In this study, the proportion of height > 155 cm in the successful induced labor group was higher than that in the failed induced labor group, suggesting that height can be used as one of the indexes to predict the effect of induced labor; this finding was consistent with the results of previous studies17.

Because of the lack of oxygen in the womb, the brain cannot control the lower center that relaxes the anal sphincter. Under the pressure of uterine contraction, meconium is excreted, leading to amniotic fluid contamination.

In addition, the study showed that pregnant women with a history of vaginal delivery have a significantly increased probability of successfully induced labor during subsequent deliveries, which was consistent with the results of this study.

Together, in addition to Bishop score, the above factors can also be included in the evaluation system to further improve the prediction accuracy in the evaluation of clinical OT-induced labor.

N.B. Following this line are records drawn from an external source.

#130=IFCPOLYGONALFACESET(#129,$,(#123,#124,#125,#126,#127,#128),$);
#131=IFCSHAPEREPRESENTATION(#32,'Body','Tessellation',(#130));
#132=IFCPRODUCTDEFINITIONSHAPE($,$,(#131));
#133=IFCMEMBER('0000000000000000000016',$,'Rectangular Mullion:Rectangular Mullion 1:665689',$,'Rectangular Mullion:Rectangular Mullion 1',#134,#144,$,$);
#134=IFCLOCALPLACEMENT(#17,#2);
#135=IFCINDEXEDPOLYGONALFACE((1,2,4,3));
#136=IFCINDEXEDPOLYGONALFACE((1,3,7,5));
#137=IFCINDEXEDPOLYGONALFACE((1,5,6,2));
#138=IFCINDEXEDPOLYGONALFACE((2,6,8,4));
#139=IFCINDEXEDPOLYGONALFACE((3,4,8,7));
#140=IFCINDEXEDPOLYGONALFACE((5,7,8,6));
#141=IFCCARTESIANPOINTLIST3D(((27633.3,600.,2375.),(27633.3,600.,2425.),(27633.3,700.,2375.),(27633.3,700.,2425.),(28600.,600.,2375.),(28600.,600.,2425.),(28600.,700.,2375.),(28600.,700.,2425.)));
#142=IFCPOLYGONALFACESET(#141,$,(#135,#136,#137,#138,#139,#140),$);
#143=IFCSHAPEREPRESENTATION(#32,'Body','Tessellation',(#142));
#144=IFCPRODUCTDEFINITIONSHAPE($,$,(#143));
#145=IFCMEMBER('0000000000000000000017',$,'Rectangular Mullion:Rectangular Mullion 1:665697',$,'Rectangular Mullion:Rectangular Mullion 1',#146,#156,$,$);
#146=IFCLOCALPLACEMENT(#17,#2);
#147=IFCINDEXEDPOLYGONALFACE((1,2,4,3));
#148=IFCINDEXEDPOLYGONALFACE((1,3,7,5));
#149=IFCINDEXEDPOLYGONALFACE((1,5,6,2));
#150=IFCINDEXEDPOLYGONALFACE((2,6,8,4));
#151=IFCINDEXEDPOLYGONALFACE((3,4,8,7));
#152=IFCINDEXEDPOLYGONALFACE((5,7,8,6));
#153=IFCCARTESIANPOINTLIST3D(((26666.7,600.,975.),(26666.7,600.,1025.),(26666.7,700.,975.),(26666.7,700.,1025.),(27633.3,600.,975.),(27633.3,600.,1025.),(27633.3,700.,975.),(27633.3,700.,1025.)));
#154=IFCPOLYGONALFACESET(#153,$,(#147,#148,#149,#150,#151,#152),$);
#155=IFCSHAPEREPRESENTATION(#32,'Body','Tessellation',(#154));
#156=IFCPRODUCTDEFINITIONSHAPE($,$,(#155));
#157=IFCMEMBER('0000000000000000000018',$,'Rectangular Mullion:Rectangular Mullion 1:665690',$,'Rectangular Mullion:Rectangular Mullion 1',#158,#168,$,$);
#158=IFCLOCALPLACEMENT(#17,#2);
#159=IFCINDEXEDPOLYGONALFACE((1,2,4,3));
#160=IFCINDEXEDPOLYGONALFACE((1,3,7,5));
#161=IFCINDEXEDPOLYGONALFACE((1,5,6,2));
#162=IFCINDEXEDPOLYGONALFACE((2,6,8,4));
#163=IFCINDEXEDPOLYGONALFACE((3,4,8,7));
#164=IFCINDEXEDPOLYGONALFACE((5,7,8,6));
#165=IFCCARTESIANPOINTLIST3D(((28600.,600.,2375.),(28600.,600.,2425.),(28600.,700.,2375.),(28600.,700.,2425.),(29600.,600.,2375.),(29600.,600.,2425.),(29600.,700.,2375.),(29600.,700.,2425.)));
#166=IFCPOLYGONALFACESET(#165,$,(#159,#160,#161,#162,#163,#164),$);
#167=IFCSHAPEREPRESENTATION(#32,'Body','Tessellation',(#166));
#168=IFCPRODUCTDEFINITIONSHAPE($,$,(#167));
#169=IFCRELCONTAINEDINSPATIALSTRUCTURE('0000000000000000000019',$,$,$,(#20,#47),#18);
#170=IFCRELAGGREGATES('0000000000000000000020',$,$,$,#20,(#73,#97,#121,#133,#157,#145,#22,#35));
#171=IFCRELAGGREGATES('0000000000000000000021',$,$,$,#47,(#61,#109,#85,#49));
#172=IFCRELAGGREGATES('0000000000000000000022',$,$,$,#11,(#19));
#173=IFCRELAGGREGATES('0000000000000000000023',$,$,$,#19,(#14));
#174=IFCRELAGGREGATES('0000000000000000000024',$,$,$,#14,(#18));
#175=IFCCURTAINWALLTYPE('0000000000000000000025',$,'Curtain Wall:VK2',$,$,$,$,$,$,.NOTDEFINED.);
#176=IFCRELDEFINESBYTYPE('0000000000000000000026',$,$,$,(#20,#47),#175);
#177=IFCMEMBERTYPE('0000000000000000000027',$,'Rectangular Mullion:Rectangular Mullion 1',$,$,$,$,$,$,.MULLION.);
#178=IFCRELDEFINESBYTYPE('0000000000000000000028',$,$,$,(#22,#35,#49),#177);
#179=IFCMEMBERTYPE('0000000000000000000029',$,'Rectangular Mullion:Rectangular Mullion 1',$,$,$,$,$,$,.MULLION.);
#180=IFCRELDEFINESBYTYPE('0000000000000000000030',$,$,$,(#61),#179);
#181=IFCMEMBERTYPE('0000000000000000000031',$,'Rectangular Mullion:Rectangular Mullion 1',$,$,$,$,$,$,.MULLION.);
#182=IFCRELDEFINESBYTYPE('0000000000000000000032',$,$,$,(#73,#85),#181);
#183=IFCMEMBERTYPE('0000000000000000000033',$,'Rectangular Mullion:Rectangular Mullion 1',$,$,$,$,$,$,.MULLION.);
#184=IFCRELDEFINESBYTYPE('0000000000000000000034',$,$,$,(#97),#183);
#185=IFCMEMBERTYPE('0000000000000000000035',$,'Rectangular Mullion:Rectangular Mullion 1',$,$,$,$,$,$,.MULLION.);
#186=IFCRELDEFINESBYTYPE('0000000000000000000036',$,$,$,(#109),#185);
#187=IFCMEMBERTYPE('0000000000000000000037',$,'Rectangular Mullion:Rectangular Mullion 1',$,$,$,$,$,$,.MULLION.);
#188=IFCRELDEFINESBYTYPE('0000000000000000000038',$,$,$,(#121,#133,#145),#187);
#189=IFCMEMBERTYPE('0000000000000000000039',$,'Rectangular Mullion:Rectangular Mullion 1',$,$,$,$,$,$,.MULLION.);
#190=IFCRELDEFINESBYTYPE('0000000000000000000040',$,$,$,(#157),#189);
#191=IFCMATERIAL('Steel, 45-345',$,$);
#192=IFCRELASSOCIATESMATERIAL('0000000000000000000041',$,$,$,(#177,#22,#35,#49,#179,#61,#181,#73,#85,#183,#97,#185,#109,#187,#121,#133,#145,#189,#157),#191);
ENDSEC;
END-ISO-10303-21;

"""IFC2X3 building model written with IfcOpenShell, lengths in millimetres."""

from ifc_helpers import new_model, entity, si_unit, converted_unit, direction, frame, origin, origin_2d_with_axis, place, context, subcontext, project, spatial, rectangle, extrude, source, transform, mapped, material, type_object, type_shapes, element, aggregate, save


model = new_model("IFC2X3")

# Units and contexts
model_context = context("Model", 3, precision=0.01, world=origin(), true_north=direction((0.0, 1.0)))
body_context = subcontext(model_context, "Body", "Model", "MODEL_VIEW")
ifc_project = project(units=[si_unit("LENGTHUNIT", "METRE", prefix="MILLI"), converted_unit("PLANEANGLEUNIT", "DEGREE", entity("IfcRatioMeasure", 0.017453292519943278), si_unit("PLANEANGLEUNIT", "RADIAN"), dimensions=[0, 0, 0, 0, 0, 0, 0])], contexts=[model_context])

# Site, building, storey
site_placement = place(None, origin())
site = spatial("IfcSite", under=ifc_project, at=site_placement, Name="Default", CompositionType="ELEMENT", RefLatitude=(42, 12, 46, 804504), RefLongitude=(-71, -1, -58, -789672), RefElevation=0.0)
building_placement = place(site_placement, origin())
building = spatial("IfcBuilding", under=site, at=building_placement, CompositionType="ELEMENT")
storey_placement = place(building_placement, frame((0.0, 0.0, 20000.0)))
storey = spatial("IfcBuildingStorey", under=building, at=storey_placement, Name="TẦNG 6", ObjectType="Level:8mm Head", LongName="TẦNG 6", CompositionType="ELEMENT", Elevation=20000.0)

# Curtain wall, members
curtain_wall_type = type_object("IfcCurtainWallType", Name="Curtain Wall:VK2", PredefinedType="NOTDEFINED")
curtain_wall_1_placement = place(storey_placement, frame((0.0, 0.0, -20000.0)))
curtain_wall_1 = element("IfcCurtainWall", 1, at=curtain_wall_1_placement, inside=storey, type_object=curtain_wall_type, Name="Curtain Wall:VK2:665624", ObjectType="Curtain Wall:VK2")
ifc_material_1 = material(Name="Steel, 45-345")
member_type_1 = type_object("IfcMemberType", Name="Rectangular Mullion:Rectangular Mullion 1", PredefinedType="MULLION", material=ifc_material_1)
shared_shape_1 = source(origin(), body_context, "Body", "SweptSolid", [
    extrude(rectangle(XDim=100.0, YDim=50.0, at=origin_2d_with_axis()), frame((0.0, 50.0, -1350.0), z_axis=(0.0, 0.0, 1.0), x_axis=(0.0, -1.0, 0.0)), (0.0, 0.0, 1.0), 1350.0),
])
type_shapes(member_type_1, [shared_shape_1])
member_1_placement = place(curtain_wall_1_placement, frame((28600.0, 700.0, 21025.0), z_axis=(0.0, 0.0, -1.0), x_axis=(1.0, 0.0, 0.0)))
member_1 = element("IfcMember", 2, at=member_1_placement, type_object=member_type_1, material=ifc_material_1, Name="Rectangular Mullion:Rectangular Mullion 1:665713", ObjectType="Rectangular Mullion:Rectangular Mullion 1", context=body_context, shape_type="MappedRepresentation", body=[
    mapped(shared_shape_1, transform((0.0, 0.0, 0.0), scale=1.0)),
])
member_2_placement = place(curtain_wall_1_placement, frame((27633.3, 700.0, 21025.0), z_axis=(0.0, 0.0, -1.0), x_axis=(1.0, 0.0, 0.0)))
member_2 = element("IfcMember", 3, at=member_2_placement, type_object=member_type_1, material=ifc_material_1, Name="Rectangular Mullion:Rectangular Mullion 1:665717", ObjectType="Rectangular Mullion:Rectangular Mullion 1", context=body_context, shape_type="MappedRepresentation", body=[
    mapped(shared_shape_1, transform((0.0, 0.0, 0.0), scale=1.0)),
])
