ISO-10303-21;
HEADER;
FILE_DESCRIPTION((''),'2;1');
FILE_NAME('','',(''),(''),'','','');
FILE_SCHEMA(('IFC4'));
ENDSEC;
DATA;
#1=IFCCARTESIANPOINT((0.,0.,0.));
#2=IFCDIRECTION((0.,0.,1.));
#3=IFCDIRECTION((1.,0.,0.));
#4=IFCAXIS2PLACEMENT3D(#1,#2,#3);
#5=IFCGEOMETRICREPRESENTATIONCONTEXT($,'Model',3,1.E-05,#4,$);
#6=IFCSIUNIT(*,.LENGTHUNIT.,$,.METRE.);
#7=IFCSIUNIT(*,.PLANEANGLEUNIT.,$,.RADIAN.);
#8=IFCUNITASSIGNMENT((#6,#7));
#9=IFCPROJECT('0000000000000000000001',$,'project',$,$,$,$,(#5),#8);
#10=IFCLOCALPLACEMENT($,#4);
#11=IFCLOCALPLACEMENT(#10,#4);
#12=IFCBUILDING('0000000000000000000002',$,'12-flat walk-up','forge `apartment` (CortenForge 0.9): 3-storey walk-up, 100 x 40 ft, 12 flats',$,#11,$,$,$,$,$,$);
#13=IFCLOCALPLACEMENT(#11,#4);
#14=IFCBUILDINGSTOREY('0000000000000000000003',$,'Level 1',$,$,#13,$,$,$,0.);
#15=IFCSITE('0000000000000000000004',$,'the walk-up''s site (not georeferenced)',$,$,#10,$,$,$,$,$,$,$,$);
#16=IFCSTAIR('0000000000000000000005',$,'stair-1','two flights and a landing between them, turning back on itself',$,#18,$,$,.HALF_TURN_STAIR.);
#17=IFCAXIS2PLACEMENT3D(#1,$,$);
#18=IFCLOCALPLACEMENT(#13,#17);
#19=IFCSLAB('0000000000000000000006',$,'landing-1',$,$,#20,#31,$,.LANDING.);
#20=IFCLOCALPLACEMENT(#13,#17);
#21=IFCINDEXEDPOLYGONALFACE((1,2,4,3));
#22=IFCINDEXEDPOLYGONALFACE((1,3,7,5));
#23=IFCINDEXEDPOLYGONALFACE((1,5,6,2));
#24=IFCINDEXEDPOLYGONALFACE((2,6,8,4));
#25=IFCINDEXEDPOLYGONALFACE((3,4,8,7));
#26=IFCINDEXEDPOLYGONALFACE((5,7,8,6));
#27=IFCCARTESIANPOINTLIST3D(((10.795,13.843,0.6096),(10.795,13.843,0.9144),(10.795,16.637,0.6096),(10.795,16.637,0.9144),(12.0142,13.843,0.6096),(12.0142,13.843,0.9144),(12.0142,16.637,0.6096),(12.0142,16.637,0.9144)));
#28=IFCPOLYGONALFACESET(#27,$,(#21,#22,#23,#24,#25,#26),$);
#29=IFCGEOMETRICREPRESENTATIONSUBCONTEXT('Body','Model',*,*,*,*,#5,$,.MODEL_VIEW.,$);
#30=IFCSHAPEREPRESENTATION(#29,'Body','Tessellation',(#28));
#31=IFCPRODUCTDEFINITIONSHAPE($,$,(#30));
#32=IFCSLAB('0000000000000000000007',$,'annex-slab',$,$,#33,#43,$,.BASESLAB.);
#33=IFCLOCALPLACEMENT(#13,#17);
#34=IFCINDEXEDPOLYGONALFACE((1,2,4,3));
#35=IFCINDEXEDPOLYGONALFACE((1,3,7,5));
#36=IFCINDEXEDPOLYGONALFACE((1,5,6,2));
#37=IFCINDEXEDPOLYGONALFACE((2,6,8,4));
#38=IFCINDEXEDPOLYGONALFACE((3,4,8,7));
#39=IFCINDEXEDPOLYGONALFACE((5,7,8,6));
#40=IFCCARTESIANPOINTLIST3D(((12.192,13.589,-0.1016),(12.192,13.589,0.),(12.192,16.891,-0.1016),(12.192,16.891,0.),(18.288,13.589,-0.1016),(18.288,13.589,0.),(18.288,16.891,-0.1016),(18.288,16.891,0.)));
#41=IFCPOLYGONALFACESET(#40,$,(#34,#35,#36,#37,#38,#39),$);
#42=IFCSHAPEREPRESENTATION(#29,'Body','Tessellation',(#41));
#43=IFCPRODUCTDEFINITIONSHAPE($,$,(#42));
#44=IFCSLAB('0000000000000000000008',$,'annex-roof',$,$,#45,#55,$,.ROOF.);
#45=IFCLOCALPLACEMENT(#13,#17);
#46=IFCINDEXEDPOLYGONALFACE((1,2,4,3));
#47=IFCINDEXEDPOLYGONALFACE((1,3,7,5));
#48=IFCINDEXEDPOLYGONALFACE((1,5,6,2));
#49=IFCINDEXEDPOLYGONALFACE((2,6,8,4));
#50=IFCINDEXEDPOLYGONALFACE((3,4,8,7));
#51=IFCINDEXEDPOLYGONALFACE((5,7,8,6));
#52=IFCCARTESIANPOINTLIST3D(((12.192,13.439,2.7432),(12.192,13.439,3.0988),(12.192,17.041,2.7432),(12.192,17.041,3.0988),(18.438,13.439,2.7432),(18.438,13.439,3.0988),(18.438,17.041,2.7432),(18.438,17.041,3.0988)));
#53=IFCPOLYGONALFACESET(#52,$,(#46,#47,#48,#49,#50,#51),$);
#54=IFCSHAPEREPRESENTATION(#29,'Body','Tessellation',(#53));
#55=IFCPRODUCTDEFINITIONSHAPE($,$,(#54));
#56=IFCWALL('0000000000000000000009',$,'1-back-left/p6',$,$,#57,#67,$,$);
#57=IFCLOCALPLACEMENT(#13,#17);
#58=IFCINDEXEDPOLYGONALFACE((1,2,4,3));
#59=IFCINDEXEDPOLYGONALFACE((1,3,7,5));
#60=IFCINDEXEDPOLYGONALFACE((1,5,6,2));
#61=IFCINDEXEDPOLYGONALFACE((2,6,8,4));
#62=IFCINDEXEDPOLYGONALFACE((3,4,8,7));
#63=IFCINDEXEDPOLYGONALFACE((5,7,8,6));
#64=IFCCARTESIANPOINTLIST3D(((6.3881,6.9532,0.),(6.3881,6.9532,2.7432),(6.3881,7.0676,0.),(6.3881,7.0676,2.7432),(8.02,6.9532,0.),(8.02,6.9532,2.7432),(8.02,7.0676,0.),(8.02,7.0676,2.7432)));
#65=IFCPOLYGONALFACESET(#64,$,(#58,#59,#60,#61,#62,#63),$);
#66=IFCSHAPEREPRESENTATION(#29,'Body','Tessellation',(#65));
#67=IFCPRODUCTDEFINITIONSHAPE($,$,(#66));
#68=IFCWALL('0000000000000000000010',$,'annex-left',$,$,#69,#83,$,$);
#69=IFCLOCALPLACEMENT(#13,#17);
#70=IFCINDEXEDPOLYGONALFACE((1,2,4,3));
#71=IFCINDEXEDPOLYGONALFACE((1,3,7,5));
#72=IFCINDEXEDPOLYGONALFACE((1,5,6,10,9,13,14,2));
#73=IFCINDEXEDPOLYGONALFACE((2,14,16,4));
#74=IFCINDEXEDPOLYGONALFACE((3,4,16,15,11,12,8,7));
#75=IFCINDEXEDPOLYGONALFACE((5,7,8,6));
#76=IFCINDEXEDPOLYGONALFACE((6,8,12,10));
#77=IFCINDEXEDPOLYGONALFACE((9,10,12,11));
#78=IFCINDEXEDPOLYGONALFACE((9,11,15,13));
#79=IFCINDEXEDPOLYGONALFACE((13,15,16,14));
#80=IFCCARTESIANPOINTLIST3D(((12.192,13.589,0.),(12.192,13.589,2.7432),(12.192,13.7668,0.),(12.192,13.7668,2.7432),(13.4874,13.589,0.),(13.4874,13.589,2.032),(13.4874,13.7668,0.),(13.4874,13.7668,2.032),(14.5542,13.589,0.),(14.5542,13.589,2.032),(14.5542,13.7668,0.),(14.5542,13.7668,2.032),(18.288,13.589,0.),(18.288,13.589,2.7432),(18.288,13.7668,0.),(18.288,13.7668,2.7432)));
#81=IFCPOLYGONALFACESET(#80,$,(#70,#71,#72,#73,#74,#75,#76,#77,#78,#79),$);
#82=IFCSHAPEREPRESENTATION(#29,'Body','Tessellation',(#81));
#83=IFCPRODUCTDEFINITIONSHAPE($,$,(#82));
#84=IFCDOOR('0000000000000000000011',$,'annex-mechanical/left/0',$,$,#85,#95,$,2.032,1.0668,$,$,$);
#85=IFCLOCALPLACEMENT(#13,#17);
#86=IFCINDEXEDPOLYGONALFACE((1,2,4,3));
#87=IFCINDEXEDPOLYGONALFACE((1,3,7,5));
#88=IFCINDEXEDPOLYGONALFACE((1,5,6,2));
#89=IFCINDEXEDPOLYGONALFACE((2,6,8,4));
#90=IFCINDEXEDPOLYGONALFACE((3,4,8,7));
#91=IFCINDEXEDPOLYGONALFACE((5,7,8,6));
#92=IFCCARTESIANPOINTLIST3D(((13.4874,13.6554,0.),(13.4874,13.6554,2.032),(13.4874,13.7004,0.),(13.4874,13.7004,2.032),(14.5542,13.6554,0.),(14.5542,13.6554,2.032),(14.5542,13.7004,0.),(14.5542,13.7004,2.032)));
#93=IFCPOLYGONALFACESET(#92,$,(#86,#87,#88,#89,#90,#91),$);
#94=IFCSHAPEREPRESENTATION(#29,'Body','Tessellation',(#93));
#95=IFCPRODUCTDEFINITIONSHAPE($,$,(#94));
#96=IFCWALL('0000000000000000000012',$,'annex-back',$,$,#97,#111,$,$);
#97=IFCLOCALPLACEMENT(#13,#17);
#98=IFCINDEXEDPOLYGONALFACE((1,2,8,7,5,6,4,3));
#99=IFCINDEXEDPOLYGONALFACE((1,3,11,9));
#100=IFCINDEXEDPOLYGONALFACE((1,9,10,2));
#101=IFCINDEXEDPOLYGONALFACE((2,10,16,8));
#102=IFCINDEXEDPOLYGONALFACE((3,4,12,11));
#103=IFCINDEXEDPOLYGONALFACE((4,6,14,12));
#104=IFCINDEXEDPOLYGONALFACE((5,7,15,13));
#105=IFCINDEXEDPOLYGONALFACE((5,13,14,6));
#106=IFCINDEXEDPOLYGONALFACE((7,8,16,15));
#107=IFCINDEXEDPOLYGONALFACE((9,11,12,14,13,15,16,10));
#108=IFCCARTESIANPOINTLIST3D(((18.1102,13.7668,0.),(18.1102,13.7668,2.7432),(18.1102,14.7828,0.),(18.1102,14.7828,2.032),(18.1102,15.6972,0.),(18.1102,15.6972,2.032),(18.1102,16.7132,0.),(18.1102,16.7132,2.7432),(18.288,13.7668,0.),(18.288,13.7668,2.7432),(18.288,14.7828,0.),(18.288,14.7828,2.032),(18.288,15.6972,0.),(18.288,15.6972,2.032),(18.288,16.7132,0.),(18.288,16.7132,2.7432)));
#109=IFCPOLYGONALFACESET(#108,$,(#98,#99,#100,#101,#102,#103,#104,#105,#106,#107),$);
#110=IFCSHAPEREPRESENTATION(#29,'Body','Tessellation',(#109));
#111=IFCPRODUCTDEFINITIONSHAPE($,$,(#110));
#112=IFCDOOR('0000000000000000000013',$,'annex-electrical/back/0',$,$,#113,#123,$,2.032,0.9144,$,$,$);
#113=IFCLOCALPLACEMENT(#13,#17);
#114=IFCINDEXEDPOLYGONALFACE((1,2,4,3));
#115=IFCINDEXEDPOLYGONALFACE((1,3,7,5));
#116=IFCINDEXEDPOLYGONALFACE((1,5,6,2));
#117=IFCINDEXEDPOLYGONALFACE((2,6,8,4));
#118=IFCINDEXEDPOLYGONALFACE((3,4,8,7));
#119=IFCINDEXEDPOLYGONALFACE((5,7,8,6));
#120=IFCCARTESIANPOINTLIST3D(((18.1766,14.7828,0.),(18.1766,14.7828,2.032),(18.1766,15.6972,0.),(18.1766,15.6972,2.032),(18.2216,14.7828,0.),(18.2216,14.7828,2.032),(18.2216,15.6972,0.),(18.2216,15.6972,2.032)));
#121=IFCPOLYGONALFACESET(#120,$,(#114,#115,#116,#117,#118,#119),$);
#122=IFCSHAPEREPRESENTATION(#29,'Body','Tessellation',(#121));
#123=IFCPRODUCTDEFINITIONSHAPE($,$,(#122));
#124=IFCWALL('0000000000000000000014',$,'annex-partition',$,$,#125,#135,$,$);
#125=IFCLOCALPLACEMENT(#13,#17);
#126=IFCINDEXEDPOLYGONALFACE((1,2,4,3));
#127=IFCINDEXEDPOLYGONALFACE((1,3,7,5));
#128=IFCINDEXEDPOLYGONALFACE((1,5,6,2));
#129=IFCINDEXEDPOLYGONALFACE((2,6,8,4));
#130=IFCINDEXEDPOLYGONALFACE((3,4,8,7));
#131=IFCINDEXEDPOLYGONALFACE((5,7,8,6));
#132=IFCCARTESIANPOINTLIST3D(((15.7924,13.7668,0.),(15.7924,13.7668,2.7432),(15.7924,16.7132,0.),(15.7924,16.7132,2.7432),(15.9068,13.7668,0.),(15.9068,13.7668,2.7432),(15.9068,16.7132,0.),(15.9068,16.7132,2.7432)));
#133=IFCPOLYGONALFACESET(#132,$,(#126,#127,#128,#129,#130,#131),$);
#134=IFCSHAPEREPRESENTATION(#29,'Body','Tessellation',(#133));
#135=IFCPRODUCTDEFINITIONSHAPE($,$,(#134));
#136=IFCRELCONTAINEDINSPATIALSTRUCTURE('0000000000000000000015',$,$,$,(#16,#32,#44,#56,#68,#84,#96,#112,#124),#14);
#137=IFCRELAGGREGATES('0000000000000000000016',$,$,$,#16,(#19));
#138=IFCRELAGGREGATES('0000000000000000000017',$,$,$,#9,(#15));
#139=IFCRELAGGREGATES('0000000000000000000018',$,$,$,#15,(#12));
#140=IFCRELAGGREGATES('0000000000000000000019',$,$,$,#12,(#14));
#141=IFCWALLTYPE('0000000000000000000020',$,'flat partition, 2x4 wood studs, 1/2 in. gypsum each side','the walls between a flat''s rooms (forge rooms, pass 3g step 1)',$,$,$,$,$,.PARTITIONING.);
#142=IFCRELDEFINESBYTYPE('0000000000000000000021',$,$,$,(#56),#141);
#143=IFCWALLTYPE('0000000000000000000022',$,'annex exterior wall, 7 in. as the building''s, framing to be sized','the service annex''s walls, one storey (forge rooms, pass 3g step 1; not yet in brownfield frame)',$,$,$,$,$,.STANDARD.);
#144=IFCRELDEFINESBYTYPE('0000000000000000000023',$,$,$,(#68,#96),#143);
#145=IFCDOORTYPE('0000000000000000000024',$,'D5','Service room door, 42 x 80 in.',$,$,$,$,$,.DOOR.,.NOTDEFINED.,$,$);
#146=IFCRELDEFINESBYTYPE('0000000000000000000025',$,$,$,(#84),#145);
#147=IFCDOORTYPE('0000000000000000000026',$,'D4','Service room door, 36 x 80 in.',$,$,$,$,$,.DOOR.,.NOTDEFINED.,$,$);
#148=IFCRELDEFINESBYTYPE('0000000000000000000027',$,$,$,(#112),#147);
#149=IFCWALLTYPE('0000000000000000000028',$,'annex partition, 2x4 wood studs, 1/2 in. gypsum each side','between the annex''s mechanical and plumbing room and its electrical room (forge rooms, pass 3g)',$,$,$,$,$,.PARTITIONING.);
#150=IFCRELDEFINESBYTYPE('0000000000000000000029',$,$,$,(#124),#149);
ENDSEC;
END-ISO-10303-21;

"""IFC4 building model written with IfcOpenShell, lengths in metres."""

from ifc_helpers import new_model, si_unit, frame, frame_2d, origin, origin_with_axes, place, context, subcontext, project, spatial, rectangle, extrude, type_object, element, fill, aggregate, save


model = new_model("IFC4")

# Units and contexts
model_context = context("Model", 3, precision=1e-05, world=origin_with_axes())
body_context = subcontext(model_context, "Body", "Model", "MODEL_VIEW")
ifc_project = project(units=[si_unit("LENGTHUNIT", "METRE"), si_unit("PLANEANGLEUNIT", "RADIAN")], contexts=[model_context])

# Site, building, storey
site_placement = place(None, origin_with_axes())
site = spatial("IfcSite", under=ifc_project, at=site_placement, Name="the walk-up's site (not georeferenced)")
building_placement = place(site_placement, origin_with_axes())
building = spatial("IfcBuilding", under=site, at=building_placement, Name="12-flat walk-up", Description="forge `apartment` (CortenForge 0.9): 3-storey walk-up, 100 x 40 ft, 12 flats")
storey_placement = place(building_placement, origin_with_axes())
storey = spatial("IfcBuildingStorey", under=building, at=storey_placement, Name="Level 1", Elevation=0.0)

# Stair, slab
stair_placement = place(storey_placement, origin_with_axes())
stair = element("IfcStair", 1, at=stair_placement, inside=storey, Name="stair-1", Description="two flights and a landing between them, turning back on itself", PredefinedType="HALF_TURN_STAIR")
slab_1_placement = place(stair_placement, frame((10.795, 13.843, 0.6096), z_axis=(0.0, 0.0, 1.0), x_axis=(1.0, 0.0, 0.0)))
slab_1 = element("IfcSlab", 2, at=slab_1_placement, Name="landing-1", PredefinedType="LANDING", context=body_context, shape_type="SweptSolid", body=[
    extrude(rectangle(XDim=1.2192, YDim=2.794, at=frame_2d((0.6096, 1.397))), origin(), (0.0, 0.0, 1.0), 0.3048),
])
aggregate(stair, [slab_1])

Fetal bone length and fetal head circumference are new findings in this study related to the outcome of OT-induced labor, but there are no similar reports in the literature

Fetal bone length and fetal head circumference were the factors newly found in this study that were related to the outcome of OT-induced labor, which might be associated with the lateral reflection of fetal weight. Although the fetus’s weight was not included in this study, fetal bone length and fetal head circumference reflect this factor in the results of B-ultrasound. Presently, there is no consensus on the impact of fetal bone length and fetal head circumference on the outcome of OT-induced labor, and additional studies are required to determine the intercorrelation.

Limitations of the study

  1. (1)

    Due to the influence of subjective factors, such as maternal psychological state, the accuracy of the prediction model in this study was affected.

  2. (2)

    This was a single-center retrospective study, which should be further verified by prospective studies using multiple places and large samples in the future.

Conclusion

In this study, the outcome prediction models of OT-induced labor in primipara and multipara groups were constructed, and the variables, such as age, height, and amniotic fluid contamination, were included based on Bishop score, which greatly improved the prediction performance of the model. In the clinical application of the model, clinical medical staff could choose the corresponding model according to the actual situation of pregnant women to predict the effect of OT-induced labor. In future studies, the model can be embedded in the information system, which is expected to further develop into an active early warning system for medical staff while making clinical decisions.